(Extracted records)

<<<<

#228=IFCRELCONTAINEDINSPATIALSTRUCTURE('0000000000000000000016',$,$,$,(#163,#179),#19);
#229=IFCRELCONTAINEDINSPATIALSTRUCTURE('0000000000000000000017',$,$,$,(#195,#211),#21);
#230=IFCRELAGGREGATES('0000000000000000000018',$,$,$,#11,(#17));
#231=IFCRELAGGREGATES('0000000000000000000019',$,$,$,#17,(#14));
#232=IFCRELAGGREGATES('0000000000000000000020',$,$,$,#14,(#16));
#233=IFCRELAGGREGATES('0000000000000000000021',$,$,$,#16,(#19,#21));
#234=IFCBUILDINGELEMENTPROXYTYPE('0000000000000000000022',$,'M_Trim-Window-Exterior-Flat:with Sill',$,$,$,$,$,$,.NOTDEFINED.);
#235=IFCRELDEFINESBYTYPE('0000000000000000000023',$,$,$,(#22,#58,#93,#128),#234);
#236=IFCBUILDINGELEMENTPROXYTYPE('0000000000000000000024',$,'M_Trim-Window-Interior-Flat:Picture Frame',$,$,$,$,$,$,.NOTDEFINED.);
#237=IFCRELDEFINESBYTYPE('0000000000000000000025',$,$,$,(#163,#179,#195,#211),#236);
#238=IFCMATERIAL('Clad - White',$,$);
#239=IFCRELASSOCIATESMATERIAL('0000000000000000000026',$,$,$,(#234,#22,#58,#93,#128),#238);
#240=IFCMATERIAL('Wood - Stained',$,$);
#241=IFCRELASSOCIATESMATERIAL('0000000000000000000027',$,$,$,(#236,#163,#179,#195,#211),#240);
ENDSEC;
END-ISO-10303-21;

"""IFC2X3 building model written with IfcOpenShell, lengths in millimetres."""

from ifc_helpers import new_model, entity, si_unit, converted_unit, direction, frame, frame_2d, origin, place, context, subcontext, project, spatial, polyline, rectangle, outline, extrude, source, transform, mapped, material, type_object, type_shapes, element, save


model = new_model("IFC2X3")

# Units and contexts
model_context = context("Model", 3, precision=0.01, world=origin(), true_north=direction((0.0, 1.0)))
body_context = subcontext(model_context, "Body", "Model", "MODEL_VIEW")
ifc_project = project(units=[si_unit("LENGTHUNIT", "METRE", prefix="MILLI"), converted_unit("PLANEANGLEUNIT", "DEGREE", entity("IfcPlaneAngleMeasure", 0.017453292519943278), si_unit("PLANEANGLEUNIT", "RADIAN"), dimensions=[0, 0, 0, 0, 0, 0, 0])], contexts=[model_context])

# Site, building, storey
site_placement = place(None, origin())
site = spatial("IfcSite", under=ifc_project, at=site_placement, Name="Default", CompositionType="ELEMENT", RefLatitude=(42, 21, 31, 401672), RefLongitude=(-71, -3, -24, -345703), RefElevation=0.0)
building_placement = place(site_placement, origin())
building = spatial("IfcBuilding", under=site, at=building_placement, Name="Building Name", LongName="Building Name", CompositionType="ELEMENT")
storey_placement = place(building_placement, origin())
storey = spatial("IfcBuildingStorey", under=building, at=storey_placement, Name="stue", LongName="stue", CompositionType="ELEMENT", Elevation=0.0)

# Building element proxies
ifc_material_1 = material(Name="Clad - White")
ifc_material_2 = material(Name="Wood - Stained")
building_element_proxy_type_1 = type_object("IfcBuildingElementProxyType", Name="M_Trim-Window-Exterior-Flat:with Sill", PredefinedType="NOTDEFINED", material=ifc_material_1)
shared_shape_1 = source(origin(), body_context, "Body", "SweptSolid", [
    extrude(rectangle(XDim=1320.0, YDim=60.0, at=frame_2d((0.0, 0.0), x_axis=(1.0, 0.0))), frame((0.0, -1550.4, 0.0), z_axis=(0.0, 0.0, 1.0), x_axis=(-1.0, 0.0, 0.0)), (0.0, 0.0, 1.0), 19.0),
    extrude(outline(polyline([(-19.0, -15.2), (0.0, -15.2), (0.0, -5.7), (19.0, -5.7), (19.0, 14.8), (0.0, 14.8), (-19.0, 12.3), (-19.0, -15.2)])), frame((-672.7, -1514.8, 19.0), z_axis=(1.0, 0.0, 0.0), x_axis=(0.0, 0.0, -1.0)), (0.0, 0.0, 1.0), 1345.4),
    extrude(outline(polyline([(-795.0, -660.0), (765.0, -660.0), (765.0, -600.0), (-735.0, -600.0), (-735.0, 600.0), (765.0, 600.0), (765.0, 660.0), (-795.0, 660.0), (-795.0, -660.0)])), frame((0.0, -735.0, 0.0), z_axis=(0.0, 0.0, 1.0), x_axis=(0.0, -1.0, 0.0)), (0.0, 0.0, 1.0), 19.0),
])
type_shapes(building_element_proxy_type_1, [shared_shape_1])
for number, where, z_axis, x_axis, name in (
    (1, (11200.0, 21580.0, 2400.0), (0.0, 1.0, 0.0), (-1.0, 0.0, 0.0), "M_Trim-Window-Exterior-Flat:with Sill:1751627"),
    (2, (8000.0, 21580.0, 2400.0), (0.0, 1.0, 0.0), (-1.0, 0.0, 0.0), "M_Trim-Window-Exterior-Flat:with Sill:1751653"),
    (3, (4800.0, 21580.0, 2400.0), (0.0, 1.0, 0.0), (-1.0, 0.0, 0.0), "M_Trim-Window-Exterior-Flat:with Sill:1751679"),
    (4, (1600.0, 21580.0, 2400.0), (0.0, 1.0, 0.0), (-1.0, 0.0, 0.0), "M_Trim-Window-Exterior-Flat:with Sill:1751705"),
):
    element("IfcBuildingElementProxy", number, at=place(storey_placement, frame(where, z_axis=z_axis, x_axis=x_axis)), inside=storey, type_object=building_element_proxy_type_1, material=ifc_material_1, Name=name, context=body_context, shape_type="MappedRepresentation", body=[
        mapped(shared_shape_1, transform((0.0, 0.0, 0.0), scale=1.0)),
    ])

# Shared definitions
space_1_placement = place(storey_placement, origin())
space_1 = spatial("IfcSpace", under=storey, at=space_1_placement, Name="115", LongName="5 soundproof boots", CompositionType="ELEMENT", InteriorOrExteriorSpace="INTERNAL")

>>>>

**What the task requires**:
From the records above, extract every entry exactly as given.

**Answer area**:
#228=IFCRELCONTAINEDINSPATIALSTRUCTURE('0000000000000000000016',$,$,$,(#163,#179),#19);
#229=IFCRELCONTAINEDINSPATIALSTRUCTURE('0000000000000000000017',$,$,$,(#195,#211),#21);
#230=IFCRELAGGREGATES('0000000000000000000018',$,$,$,#11,(#17));
#231=IFCRELAGGREGATES('0000000000000000000019',$,$,$,#17,(#14));
#232=IFCRELAGGREGATES('0000000000000000000020',$,$,$,#14,(#16));
#233=IFCRELAGGREGATES('0000000000000000000021',$,$,$,#16,(#19,#21));
#234=IFCBUILDINGELEMENTPROXYTYPE('0000000000000000000022',$,'M_Trim-Window-Exterior-Flat:with Sill',$,$,$,$,$,$,.NOTDEFINED.);
#235=IFCRELDEFINESBYTYPE('0000000000000000000023',$,$,$,(#22,#58,#93,#128),#234);
#236=IFCBUILDINGELEMENTPROXYTYPE('0000000000000000000024',$,'M_Trim-Window-Interior-Flat:Picture Frame',$,$,$,$,$,$,.NOTDEFINED.);
#237=IFCRELDEFINESBYTYPE('0000000000000000000025',$,$,$,(#163,#179,#195,#211),#236);
#238=IFCMATERIAL('Clad - White',$,$);
#239=IFCRELASSOCIATESMATERIAL('0000000000000000000026',$,$,$,(#234,#22,#58,#93,#128),#238);
#240=IFCMATERIAL('Wood - Stained',$,$);
#241=IFCRELASSOCIATESMATERIAL('0000000000000000000027',$,$,$,(#236,#163,#179,#195,#211),#240);
ENDSEC;
END-ISO-10303-21;

"""IFC2X3 building model written with IfcOpenShell, lengths in millimetres."""

from ifc_helpers import new_model, entity, si_unit, converted_unit, direction, frame, frame_2d, origin, place, context, subcontext, project, spatial, polyline, rectangle, outline, extrude, source, transform, mapped, material, type_object, type_shapes, element, save


model = new_model("IFC2X3")

# Units and contexts
model_context = context("Model", 3, precision=0.01, world=origin(), true_north=direction((0.0, 1.0)))
body_context = subcontext(model_context, "Body", "Model", "MODEL_VIEW")
ifc_project = project(units=[si_unit("LENGTHUNIT", "METRE", prefix="MILLI"), converted_unit("PLANEANGLEUNIT", "DEGREE", entity("IfcPlaneAngleMeasure", 0.017453292519943278), si_unit("PLANEANGLEUNIT", "RADIAN"), dimensions=[0, 0, 0, 0, 0, 0, 0])], contexts=[model_context])

# Site, building, storey
site_placement = place(None, origin())
site = spatial("IfcSite", under=ifc_project, at=site_placement, Name="Default", CompositionType="ELEMENT", RefLatitude=(42, 21, 31, 401672), RefLongitude=(-71, -3, -24, -345703), RefElevation=0.0)
building_placement = place(site_placement, origin())
building = spatial("IfcBuilding", under=site, at=building_placement, Name="Building Name", LongName="Building Name", CompositionType="ELEMENT")
storey_placement = place(building_placement, origin())
storey = spatial("IfcBuildingStorey", under=building, at=storey_placement, Name="stue", LongName="stue", CompositionType="ELEMENT", Elevation=0.0)

# Building element proxies
ifc_material_1 = material(Name="Clad - White")
ifc_material_2 = material(Name="Wood - Stained")
building_element_proxy_type_1 = type_object("IfcBuildingElementProxyType", Name="M_Trim-Window-Exterior-Flat:with Sill", PredefinedType="NOTDEFINED", material=ifc_material_1)
shared_shape_1 = source(origin(), body_context, "Body", "SweptSolid", [
    extrude(rectangle(XDim=1320.0, YDim=60.0, at=frame_2d((0.0, 0.0), x_axis=(1.0, 0.0))), frame((0.0, -1550.4, 0.0), z_axis=(0.0, 0.0, 1.0), x_axis=(-1.0, 0.0, 0.0)), (0.0, 0.0, 1.0), 19.0),
    extrude(outline(polyline([(-19.0, -15.2), (0.0, -15.2), (0.0, -5.7), (19.0, -5.7), (19.0, 14.8), (0.0, 14.8), (-19.0, 12.3), (-19.0, -15.2)])), frame((-672.7, -1514.8, 19.0), z_axis=(1.0, 0.0, 0.0), x_axis=(0.0, 0.0, -1.0)), (0.0, 0.0, 1.0), 1345.4),
    extrude(outline(polyline([(-795.0, -660.0), (765.0, -660.0), (765.0, -600.0), (-735.0, -600.0), (-735.0, 600.0), (765.0, 600.0), (765.0, 660.0), (-795.0, 660.0), (-795.0, -660.0)])), frame((0.0, -735.0, 0.0), z_axis=(0.0, 0.0, 1.0), x_axis=(0.0, -1.0, 0.0)), (0.0, 0.0, 1.0), 19.0),
])
type_shapes(building_element_proxy_type_1, [shared_shape_1])
for number, where, z_axis, x_axis, name in (
    (1, (11200.0, 21580.0, 2400.0), (0.0, 1.0, 0.0), (-1.0, 0.0, 0.0), "M_Trim-Window-Exterior-Flat:with Sill:1751627"),
    (2, (8000.0, 21580.0, 2400.0), (0.0, 1.0, 0.0), (-1.0, 0.0, 0.0), "M_Trim-Window-Exterior-Flat:with Sill:1751653"),
    (3, (4800.0, 21580.0, 2400.0), (0.0, 1.0, 0.0), (-1.0, 0.0, 0.0), "M_Trim-Window-Exterior-Flat:with Sill:1751679"),
    (4, (1600.0, 21580.0, 2400.0), (0.0, 1.0, 0.0), (-1.0, 0.0, 0.0), "M_Trim-Window-Exterior-Flat:with Sill:1751705"),
):
    element("IfcBuildingElementProxy", number, at=place(storey_placement, frame(where, z_axis=z_axis, x_axis=x_axis)), inside=storey, type_object=building_element_proxy_type_1, material=ifc_material_1, Name=name, context=body_context, shape_type="MappedRepresentation", body=[
        mapped(shared_shape_1, transform((0.0, 0.0, 0.0), scale=1.0)),
    ])

# Shared definitions
space_1_placement = place(storey_placement, origin())
space_1 = spatial("IfcSpace", under=storey, at=space_1_placement, Name="115", LongName="5 soundproof boots", CompositionType="ELEMENT", InteriorOrExteriorSpace="INTERNAL")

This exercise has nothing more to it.